**Work required**
Every entry in the listing below has to be given again exactly.

---

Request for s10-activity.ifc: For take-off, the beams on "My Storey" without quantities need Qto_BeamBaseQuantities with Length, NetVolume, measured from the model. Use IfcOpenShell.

First a look at what the model holds.

```python
import ifcopenshell
import ifcopenshell.util.element
import ifcopenshell.util.unit

model = ifcopenshell.open("s10-activity.ifc")
print(model.schema)
for unit_type in ("LENGTHUNIT", "AREAUNIT", "VOLUMEUNIT"):
    print(unit_type, ifcopenshell.util.unit.calculate_unit_scale(model, unit_type))
storey = next(s for s in model.by_type("IfcBuildingStorey") if s.Name == "My Storey")
beams = [e for e in ifcopenshell.util.element.get_decomposition(storey) if e.is_a("IfcBeam")]
for e in sorted(beams, key=lambda e: e.id()):
    print(e.id(), e.is_a(), e.Name, list(ifcopenshell.util.element.get_psets(e, qtos_only=True)), sep=" | ")
```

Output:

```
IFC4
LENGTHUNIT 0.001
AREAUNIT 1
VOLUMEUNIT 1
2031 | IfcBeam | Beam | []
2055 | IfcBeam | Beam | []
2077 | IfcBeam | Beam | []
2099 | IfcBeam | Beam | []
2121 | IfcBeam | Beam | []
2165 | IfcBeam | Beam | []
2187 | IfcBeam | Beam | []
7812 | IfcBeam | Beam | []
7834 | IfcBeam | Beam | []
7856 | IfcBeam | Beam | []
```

```python
import ifcopenshell
import ifcopenshell.api.pset
import ifcopenshell.geom
import ifcopenshell.util.element
import ifcopenshell.util.shape
import ifcopenshell.util.unit

model = ifcopenshell.open("s10-activity.ifc")
unit_scale = ifcopenshell.util.unit.calculate_unit_scale(model)
volume_scale = ifcopenshell.util.unit.calculate_unit_scale(model, "VOLUMEUNIT")
settings = ifcopenshell.geom.settings()

storey = next(s for s in model.by_type("IfcBuildingStorey") if s.Name == "My Storey")
beams = [e for e in ifcopenshell.util.element.get_decomposition(storey) if e.is_a("IfcBeam")]

for e in sorted(beams, key=lambda e: e.id()):
    if ifcopenshell.util.element.get_psets(e, qtos_only=True, should_inherit=False):
        continue
    # Geometry comes back in metres, in the element's own axes.
    shape = ifcopenshell.geom.create_shape(settings, e)
    values = {
        "Length": ifcopenshell.util.shape.get_max_xyz(shape.geometry) / unit_scale,
        "NetVolume": ifcopenshell.util.shape.get_volume(shape.geometry) / volume_scale,
    }
    qto = ifcopenshell.api.pset.add_qto(model, product=e, name="Qto_BeamBaseQuantities")
    ifcopenshell.api.pset.edit_qto(model, qto=qto, properties=values)
    print(e.id(), {k: round(v, 3) for k, v in values.items()})

model.write("s10-activity_v2.ifc")
```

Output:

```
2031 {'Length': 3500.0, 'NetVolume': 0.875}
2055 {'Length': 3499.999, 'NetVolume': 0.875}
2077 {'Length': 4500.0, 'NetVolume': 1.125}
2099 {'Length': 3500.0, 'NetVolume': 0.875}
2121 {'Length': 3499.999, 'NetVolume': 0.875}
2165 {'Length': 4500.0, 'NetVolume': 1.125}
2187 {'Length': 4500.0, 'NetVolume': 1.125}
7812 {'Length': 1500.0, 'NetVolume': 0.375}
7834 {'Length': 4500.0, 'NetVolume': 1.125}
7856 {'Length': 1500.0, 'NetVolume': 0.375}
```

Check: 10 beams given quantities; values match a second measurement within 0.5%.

---

**Solution below**
Request for s10-activity.ifc: For take-off, the beams on "My Storey" without quantities need Qto_BeamBaseQuantities with Length, NetVolume, measured from the model. Use IfcOpenShell.

First a look at what the model holds.

```python
import ifcopenshell
import ifcopenshell.util.element
import ifcopenshell.util.unit

model = ifcopenshell.open("s10-activity.ifc")
print(model.schema)
for unit_type in ("LENGTHUNIT", "AREAUNIT", "VOLUMEUNIT"):
    print(unit_type, ifcopenshell.util.unit.calculate_unit_scale(model, unit_type))
storey = next(s for s in model.by_type("IfcBuildingStorey") if s.Name == "My Storey")
beams = [e for e in ifcopenshell.util.element.get_decomposition(storey) if e.is_a("IfcBeam")]
for e in sorted(beams, key=lambda e: e.id()):
    print(e.id(), e.is_a(), e.Name, list(ifcopenshell.util.element.get_psets(e, qtos_only=True)), sep=" | ")
```

Output:

```
IFC4
LENGTHUNIT 0.001
AREAUNIT 1
VOLUMEUNIT 1
2031 | IfcBeam | Beam | []
2055 | IfcBeam | Beam | []
2077 | IfcBeam | Beam | []
2099 | IfcBeam | Beam | []
2121 | IfcBeam | Beam | []
2165 | IfcBeam | Beam | []
2187 | IfcBeam | Beam | []
7812 | IfcBeam | Beam | []
7834 | IfcBeam | Beam | []
7856 | IfcBeam | Beam | []
```

```python
import ifcopenshell
import ifcopenshell.api.pset
import ifcopenshell.geom
import ifcopenshell.util.element
import ifcopenshell.util.shape
import ifcopenshell.util.unit

model = ifcopenshell.open("s10-activity.ifc")
unit_scale = ifcopenshell.util.unit.calculate_unit_scale(model)
volume_scale = ifcopenshell.util.unit.calculate_unit_scale(model, "VOLUMEUNIT")
settings = ifcopenshell.geom.settings()

storey = next(s for s in model.by_type("IfcBuildingStorey") if s.Name == "My Storey")
beams = [e for e in ifcopenshell.util.element.get_decomposition(storey) if e.is_a("IfcBeam")]

for e in sorted(beams, key=lambda e: e.id()):
    if ifcopenshell.util.element.get_psets(e, qtos_only=True, should_inherit=False):
        continue
    # Geometry comes back in metres, in the element's own axes.
    shape = ifcopenshell.geom.create_shape(settings, e)
    values = {
        "Length": ifcopenshell.util.shape.get_max_xyz(shape.geometry) / unit_scale,
        "NetVolume": ifcopenshell.util.shape.get_volume(shape.geometry) / volume_scale,
    }
    qto = ifcopenshell.api.pset.add_qto(model, product=e, name="Qto_BeamBaseQuantities")
    ifcopenshell.api.pset.edit_qto(model, qto=qto, properties=values)
    print(e.id(), {k: round(v, 3) for k, v in values.items()})

model.write("s10-activity_v2.ifc")
```

Output:

```
2031 {'Length': 3500.0, 'NetVolume': 0.875}
2055 {'Length': 3499.999, 'NetVolume': 0.875}
2077 {'Length': 4500.0, 'NetVolume': 1.125}
2099 {'Length': 3500.0, 'NetVolume': 0.875}
2121 {'Length': 3499.999, 'NetVolume': 0.875}
2165 {'Length': 4500.0, 'NetVolume': 1.125}
2187 {'Length': 4500.0, 'NetVolume': 1.125}
7812 {'Length': 1500.0, 'NetVolume': 0.375}
7834 {'Length': 4500.0, 'NetVolume': 1.125}
7856 {'Length': 1500.0, 'NetVolume': 0.375}
```

Check: 10 beams given quantities; values match a second measurement within 0.5%.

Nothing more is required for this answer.